Posted by Deborah Grauzam on

My child has no problems with eating or drinking, but grinds his teeth until I want to grind mine! His dentist says it's common in kids with Down syndrome. I saw your teeth grinding items and wondered if they might help? He is 5 years old, does not speak much – he imitates sounds, growls and whale noises from his favorite movies, but has no interest in forming words. He is in speech therapy through school.

Teeth grinding is generally used to help children with special needs to organize their bodies or to calm down; they are seeking stimulation to the temporomandibular joint (TMJ). This joint is where the upper jaw and lower jaw meet right below the ears. Babies suckle their thumbs or suckle on a pacifier to get the same needed stimulation. As your dentist noted, teeth grinding is common in children with the diagnosis of Down syndrome, but there are reasons and a treatment protocol.
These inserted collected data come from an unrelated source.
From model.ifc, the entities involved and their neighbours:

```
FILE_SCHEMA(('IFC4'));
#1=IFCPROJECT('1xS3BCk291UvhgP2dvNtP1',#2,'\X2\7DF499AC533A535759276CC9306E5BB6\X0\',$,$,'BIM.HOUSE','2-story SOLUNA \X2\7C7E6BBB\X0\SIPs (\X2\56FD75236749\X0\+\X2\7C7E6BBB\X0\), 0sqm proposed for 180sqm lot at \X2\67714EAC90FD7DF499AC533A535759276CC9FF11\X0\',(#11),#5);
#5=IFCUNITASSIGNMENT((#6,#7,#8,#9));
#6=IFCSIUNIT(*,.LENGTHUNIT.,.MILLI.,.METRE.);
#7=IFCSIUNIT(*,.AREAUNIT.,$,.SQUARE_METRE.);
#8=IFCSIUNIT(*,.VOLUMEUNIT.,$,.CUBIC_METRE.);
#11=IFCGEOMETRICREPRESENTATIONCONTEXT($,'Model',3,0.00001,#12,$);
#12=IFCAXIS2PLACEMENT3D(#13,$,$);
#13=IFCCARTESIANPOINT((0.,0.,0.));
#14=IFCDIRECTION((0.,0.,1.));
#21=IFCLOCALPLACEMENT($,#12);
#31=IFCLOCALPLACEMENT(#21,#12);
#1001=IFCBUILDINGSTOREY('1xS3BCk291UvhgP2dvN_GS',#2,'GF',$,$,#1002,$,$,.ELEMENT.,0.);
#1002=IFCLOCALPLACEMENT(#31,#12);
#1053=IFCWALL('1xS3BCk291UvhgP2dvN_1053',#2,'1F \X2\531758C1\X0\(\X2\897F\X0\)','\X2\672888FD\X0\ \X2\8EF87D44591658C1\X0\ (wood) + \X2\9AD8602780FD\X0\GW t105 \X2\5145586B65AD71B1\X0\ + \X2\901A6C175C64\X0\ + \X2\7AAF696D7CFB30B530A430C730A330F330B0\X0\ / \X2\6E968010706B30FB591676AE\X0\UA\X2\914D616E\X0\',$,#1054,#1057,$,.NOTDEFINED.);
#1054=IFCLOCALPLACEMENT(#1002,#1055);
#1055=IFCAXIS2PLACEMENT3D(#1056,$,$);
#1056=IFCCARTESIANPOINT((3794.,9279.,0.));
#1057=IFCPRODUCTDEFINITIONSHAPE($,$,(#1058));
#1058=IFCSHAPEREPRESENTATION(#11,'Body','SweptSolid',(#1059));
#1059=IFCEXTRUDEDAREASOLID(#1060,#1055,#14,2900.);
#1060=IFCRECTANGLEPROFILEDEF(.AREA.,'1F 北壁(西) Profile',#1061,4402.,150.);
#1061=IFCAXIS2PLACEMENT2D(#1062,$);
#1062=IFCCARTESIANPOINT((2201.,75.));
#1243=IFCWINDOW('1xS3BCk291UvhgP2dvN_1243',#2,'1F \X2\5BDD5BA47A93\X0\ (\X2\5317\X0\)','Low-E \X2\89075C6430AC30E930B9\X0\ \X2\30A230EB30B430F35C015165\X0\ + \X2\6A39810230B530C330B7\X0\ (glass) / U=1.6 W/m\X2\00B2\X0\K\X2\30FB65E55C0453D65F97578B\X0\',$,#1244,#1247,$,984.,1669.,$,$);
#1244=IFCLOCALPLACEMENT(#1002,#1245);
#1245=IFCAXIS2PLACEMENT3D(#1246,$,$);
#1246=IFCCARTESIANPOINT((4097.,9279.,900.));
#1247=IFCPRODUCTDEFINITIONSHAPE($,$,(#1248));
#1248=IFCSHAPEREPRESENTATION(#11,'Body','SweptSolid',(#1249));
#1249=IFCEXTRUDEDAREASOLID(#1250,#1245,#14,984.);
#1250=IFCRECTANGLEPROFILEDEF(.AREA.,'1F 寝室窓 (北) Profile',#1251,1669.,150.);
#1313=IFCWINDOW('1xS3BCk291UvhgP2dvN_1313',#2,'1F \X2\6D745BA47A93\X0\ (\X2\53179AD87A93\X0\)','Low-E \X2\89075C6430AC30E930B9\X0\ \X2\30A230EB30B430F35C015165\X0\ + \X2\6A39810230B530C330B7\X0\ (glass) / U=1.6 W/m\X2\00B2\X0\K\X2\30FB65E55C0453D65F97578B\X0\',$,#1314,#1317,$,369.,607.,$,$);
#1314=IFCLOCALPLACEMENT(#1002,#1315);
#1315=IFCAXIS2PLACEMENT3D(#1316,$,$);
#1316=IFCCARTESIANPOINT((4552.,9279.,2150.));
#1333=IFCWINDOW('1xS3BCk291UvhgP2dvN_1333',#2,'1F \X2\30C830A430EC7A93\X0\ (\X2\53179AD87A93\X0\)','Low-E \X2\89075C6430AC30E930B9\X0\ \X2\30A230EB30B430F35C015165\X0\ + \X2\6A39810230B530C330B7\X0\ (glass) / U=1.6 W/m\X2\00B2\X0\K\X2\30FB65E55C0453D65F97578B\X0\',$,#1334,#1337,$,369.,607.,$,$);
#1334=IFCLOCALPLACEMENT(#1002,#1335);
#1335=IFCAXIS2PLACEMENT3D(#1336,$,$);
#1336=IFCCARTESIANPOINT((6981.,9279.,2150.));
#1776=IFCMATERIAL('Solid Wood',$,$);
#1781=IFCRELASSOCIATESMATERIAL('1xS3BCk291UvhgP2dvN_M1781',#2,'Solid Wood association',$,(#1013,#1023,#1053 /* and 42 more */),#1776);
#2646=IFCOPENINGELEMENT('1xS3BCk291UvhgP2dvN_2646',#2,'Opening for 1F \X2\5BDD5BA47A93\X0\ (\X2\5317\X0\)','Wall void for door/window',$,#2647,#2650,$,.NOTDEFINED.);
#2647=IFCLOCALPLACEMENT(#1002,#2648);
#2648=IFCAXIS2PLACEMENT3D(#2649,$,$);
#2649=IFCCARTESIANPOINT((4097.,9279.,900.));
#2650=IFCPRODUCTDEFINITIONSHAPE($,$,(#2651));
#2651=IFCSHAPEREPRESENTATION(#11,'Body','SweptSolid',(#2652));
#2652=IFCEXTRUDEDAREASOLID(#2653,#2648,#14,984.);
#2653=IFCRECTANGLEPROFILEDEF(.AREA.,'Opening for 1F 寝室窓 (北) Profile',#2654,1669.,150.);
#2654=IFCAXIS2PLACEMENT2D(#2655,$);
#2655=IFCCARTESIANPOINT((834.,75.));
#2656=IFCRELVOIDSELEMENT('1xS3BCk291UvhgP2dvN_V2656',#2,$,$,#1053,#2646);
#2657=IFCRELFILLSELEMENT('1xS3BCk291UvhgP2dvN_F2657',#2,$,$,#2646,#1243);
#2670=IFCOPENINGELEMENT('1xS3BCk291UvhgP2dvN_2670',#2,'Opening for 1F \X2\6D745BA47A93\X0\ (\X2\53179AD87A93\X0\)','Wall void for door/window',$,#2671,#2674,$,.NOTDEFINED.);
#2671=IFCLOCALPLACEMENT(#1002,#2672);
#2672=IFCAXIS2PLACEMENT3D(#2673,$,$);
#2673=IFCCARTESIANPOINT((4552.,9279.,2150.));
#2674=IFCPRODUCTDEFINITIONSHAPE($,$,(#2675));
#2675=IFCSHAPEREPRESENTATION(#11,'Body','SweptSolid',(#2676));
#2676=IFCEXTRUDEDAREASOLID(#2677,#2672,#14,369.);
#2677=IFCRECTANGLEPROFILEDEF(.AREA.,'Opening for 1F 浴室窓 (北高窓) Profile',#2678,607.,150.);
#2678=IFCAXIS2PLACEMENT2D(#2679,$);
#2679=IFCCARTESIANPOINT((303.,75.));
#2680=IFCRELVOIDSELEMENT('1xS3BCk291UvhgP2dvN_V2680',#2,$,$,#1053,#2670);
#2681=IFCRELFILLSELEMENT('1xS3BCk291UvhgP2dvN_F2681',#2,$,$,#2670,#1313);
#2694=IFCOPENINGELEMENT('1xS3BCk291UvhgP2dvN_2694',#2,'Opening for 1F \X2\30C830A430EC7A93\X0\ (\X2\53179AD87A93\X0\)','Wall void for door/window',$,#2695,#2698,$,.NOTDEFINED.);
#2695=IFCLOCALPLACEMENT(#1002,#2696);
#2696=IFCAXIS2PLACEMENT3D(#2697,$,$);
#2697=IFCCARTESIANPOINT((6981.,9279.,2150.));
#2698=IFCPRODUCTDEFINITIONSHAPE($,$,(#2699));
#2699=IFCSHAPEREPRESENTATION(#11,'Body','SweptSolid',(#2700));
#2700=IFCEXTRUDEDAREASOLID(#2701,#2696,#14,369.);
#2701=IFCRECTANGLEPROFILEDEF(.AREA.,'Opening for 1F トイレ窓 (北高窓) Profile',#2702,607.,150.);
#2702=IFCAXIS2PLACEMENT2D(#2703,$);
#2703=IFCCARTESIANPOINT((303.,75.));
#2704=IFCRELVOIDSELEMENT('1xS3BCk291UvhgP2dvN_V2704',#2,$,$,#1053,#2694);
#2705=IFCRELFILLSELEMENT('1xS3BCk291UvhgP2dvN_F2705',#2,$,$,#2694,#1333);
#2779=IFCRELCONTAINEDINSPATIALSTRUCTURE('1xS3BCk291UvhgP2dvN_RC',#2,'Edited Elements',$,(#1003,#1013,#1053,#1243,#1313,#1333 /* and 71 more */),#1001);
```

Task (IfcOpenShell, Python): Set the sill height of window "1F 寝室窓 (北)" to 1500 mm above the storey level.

```python
import numpy as np
import ifcopenshell
import ifcopenshell.api.geometry
import ifcopenshell.geom
import ifcopenshell.util.element
import ifcopenshell.util.placement
import ifcopenshell.util.shape
import ifcopenshell.util.unit

model = ifcopenshell.open("model.ifc")
unit_scale = ifcopenshell.util.unit.calculate_unit_scale(model)

window = model.by_id(1243)
opening = window.FillsVoids[0].RelatingOpeningElement
storey = ifcopenshell.util.element.get_container(window, ifc_class="IfcBuildingStorey")
level = ifcopenshell.util.placement.get_local_placement(storey.ObjectPlacement)[2, 3]

# The opening's origin need not be at the sill, so measure its lowest point.
shape = ifcopenshell.geom.create_shape(ifcopenshell.geom.settings(), opening)
bottom = ifcopenshell.util.shape.get_shape_bottom_elevation(shape, shape.geometry) / unit_scale
dz = level + 1500.0 - bottom

shift = np.array([0.0, 0.0, dz])
# The window is not placed relative to its opening, so move both.
for product in (opening, window):
    matrix = ifcopenshell.util.placement.get_local_placement(product.ObjectPlacement)
    matrix[:3, 3] += shift
    ifcopenshell.api.geometry.edit_object_placement(model, product=product, matrix=matrix, is_si=False)

print(f"moved by {dz * unit_scale:+.3f} m")

model.write("model_updated.ifc")
```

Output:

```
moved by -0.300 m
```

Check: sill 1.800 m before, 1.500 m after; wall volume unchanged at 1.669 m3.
Because your son is not talking, I suspect he has weakness in the masseter muscles (muscles of the jaw) as related to his diagnosis, he too may need that additional stimulation to the TMJ.

This is such a huge issue that I have written a book on the subject called, Assessment and Treatment of the Jaw.
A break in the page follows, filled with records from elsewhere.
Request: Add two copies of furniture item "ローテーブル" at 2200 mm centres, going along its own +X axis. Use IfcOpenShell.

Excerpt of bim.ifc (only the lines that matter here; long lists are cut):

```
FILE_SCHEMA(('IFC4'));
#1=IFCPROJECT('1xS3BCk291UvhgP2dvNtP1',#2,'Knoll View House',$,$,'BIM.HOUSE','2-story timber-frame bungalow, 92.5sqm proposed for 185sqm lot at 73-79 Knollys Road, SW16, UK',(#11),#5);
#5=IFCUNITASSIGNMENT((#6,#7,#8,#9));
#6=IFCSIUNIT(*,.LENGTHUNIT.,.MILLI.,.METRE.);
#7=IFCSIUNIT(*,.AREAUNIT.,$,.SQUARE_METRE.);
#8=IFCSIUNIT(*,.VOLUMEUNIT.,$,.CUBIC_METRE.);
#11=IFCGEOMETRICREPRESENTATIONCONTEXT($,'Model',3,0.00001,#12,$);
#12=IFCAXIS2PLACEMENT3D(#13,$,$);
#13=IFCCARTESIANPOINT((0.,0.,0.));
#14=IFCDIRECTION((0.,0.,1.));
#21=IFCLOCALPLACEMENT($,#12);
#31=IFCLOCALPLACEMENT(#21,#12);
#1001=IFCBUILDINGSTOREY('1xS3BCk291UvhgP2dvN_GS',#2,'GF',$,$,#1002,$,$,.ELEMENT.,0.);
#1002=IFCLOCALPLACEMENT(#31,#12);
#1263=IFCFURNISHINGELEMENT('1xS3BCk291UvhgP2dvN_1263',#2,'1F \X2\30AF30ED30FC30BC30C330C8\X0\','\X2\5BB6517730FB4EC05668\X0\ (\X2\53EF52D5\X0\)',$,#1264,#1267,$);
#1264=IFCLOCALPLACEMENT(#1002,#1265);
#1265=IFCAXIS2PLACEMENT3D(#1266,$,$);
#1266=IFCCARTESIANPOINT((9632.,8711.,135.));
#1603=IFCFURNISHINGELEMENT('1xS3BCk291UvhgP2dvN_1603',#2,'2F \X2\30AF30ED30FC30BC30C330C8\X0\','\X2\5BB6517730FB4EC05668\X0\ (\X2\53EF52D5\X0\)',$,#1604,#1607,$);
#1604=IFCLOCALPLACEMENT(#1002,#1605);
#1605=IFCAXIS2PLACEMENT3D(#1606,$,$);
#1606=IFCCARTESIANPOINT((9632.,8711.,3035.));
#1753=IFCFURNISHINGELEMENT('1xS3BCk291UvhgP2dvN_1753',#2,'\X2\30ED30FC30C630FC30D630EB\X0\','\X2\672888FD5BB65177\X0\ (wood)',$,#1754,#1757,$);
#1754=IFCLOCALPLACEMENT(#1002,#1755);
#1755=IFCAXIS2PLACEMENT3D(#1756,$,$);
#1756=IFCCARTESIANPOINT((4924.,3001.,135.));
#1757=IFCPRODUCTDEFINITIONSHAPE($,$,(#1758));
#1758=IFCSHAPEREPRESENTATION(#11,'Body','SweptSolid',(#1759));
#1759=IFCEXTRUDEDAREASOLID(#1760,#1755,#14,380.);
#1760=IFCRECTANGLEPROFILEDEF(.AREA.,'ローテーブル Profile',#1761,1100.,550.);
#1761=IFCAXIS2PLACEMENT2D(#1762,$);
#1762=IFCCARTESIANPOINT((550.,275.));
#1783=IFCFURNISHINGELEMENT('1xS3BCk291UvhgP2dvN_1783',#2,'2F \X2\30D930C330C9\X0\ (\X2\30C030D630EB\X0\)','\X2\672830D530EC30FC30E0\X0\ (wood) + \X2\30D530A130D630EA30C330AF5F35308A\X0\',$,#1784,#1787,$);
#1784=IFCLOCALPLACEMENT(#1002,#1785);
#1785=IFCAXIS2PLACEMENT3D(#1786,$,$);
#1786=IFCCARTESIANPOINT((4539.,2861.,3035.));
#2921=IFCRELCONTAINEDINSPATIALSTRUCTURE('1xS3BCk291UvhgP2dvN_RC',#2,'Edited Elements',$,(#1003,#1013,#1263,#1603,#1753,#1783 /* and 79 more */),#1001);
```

```python
import ifcopenshell
import ifcopenshell.api.geometry
import ifcopenshell.api.root
import ifcopenshell.util.element
import ifcopenshell.util.placement
import ifcopenshell.util.unit

model = ifcopenshell.open("bim.ifc")
unit_scale = ifcopenshell.util.unit.calculate_unit_scale(model)


def reuse_history(source, copy):
    """copy_class also copies each property set's owner history, people and application; keep the originals."""
    for rel in copy.IsDefinedBy:
        if rel.is_a("IfcRelDefinesByProperties") and (history := rel.RelatingPropertyDefinition.OwnerHistory):
            rel.RelatingPropertyDefinition.OwnerHistory = source.OwnerHistory
            ifcopenshell.util.element.remove_deep2(model, history)


source = model.by_guid("1xS3BCk291UvhgP2dvN_1753")
base = ifcopenshell.util.placement.get_local_placement(source.ObjectPlacement)
step = base[:3, 0] * 2.2 / unit_scale

for i in range(1, 3):
    copy = ifcopenshell.api.root.copy_class(model, product=source)
    copy.Representation = ifcopenshell.util.element.copy_deep(
        model, source.Representation, exclude=["IfcGeometricRepresentationContext", "IfcRepresentationMap"]
    )
    reuse_history(source, copy)
    matrix = base.copy()
    matrix[:3, 3] += i * step
    print("added at", matrix[:3, 3].round(3) + 0.0)
    ifcopenshell.api.geometry.edit_object_placement(model, product=copy, matrix=matrix, is_si=False)

model.write("bim_edited.ifc")
```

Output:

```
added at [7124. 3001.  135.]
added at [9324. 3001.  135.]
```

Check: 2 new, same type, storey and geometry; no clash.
There is a whole chapter on why kids grind their teeth or have other habits that provide direct stimulation to the TMJ. I encourage you to read the book before you invest in any therapy tools, as it will help you identify what tools and activities would most benefit your son.

In addition, if there is a gap between what your son understands and what he can say, then his jaw weakness may be a primary factor in keeping him from using oral language. You may want to look into having him evaluated by an SLP in your area who is familiar with Oral Placement Therapy. Many SLPs have taken our introduction classes and would be able to work with your son if there are muscle-based deficits related to his difficulty in learning to talk.